Data in this exercise:
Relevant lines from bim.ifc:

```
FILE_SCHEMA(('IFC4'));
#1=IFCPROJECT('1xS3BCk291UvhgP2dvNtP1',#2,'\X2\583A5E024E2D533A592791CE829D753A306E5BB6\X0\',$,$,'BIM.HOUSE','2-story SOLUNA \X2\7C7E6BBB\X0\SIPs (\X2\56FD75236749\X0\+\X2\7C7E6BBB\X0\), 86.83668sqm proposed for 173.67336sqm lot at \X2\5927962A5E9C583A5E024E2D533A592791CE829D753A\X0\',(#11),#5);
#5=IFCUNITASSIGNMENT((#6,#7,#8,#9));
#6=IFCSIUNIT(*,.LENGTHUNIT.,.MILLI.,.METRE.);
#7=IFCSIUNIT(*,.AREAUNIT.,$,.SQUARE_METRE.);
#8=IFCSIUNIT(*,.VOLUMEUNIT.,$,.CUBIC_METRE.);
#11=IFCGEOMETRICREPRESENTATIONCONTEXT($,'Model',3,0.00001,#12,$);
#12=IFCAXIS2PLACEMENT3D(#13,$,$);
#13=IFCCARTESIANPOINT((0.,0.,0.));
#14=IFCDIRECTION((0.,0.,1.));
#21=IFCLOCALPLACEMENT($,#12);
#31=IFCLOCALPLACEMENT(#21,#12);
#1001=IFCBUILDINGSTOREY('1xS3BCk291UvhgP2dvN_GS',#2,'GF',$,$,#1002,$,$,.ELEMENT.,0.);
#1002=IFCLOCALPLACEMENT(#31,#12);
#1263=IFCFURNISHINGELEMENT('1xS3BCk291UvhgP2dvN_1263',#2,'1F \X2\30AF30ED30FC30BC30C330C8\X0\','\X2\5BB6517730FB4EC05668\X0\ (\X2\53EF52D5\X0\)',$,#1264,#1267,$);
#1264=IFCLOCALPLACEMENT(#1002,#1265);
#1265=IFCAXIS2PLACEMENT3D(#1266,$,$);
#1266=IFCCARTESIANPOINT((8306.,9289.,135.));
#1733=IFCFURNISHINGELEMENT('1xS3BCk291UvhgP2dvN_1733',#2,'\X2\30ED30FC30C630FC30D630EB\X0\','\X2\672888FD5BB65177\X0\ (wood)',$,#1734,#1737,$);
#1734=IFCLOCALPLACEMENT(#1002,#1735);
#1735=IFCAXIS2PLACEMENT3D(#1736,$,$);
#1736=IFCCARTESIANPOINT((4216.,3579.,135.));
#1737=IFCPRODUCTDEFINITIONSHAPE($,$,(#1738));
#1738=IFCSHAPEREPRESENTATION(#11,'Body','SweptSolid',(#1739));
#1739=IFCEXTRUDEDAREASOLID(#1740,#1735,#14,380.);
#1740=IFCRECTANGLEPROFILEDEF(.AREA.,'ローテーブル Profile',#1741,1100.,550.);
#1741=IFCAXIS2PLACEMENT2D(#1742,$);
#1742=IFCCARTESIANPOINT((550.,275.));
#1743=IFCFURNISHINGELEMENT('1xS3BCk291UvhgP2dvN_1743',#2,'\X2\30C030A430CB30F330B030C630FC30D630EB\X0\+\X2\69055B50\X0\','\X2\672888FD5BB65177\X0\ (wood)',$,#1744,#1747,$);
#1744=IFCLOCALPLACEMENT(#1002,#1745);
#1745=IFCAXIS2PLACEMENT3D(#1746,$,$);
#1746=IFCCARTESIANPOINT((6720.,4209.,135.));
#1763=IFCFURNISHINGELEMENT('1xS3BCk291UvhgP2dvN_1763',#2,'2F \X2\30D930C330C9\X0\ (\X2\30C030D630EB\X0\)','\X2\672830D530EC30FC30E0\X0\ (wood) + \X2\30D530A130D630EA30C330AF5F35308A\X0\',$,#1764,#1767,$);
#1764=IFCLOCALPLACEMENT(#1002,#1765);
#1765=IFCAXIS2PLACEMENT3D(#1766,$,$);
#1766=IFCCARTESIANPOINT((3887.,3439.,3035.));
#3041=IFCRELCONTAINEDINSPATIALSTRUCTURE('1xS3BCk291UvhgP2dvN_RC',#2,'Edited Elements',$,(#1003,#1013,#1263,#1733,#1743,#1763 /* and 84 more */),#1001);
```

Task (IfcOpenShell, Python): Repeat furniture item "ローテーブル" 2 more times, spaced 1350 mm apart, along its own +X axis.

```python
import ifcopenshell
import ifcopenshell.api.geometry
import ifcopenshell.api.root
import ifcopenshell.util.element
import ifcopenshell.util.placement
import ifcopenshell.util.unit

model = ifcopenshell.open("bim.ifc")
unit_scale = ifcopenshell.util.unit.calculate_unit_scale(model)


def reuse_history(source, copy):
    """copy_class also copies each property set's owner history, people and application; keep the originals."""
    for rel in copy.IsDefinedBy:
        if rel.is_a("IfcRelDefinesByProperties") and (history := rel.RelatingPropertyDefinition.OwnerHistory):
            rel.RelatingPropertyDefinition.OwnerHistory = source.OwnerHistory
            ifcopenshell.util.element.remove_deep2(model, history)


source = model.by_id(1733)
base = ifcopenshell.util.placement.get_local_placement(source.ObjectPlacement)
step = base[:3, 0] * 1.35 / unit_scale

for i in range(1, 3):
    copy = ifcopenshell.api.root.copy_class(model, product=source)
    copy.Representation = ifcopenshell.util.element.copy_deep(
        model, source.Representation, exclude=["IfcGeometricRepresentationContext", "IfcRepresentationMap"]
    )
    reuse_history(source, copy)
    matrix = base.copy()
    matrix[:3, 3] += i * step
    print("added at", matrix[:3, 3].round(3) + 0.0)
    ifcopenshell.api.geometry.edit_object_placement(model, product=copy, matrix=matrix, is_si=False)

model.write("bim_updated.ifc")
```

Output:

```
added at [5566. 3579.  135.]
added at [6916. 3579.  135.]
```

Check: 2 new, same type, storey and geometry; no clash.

To do: Using the records above, copy all lines that include the word "IFCSIUNIT".

Response to this exercise:
#6=IFCSIUNIT(*,.LENGTHUNIT.,.MILLI.,.METRE.);
#7=IFCSIUNIT(*,.AREAUNIT.,$,.SQUARE_METRE.);
#8=IFCSIUNIT(*,.VOLUMEUNIT.,$,.CUBIC_METRE.);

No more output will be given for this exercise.